When you use synthetic I/O test/benchmark tools such as vidio, you might need to apply a CPU affinity using the taskset command to realize the actual performance achievable by the NVMe-oF storage.
Example
taskset -c 0,2,4,6,8,10,12,14,16,18,20,22 ./vidio -f fa4k -N 500 -n 500 -q 4 -c -w /stornext/snfs1/vidio{7..9}Note: When you configure MPIO, only one disk/physical drive per namespace/volume appears in Windows Disk Manager.
-
Regarding performance, the StarWind NVMe-oF Initiator software contains a known issue, where it only issues 64 KiB I/O requests (in other words, any large I/O is broken into 64 KiB segments), and these I/O’s arrive on the target-side as 64 KiB – this small of I/O not optimal for large frame M&E workloads.

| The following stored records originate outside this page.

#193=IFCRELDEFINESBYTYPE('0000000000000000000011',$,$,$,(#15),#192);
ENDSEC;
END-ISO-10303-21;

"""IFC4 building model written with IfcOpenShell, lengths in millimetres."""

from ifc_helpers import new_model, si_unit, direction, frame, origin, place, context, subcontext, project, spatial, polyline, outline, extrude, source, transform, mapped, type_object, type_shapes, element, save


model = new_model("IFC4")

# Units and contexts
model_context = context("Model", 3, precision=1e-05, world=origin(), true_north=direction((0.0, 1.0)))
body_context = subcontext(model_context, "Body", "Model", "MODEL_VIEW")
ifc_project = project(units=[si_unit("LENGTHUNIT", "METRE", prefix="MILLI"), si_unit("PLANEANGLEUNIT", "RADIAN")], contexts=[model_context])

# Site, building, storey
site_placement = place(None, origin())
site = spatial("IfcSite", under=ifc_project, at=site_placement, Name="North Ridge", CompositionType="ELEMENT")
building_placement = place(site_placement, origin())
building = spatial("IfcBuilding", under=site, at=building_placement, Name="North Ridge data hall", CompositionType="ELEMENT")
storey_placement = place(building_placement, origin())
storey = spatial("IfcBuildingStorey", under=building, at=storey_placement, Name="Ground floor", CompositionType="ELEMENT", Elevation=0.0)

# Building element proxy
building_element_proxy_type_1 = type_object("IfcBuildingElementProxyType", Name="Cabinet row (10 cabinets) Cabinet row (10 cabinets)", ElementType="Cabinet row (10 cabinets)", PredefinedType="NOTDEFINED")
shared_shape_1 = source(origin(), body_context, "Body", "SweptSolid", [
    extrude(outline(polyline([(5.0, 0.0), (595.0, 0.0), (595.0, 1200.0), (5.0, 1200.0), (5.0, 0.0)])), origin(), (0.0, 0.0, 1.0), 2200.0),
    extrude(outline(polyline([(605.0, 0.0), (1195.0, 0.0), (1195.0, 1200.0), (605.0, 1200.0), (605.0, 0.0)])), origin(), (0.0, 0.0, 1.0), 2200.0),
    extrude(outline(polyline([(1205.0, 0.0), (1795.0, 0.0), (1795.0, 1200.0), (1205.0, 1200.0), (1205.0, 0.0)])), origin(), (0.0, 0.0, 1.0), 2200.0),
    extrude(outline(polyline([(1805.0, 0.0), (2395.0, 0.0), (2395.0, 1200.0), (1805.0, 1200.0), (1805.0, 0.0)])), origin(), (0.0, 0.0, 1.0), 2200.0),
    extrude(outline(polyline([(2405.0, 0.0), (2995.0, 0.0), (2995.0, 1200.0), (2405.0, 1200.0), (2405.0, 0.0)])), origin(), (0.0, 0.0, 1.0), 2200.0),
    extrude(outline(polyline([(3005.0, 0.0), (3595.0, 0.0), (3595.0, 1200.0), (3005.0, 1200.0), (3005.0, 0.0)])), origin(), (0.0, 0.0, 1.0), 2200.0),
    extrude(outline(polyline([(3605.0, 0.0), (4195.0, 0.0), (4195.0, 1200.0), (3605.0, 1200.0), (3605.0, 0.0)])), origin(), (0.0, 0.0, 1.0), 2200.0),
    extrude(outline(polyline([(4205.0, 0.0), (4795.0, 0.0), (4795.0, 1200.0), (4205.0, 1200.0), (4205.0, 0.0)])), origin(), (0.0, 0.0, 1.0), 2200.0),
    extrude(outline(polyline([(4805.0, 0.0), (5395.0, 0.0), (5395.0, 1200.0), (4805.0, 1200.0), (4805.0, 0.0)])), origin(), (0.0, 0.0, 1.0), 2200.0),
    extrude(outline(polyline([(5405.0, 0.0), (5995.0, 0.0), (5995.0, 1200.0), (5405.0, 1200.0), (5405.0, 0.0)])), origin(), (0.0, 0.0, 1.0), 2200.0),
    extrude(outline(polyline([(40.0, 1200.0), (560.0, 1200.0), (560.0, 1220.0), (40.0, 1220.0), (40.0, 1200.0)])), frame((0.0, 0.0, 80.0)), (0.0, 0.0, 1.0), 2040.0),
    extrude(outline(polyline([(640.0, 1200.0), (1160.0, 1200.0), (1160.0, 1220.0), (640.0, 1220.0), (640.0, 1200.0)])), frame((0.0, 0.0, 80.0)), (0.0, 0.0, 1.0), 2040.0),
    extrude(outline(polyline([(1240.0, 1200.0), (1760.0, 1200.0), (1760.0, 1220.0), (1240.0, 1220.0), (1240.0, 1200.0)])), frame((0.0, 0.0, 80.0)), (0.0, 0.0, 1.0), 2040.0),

StarWind Software support recommends you introduce the MaxTransferLength (DWORD) parameter in the registry HKEY_LOCAL_MACHINE\SYSTEM\CurrentControlSet\Services\StarNVMeoF\Parameters; however, that does not allow for larger I/O requests. In fact, setting the parameter to 524288 yields an I/O error if you attempt to issue larger requests.
Note: The known issue remains open with StarWind Software and it is not clear if the limitation is within the Windows Server OS or within the StarWind NVMe-oF Initiator software stack.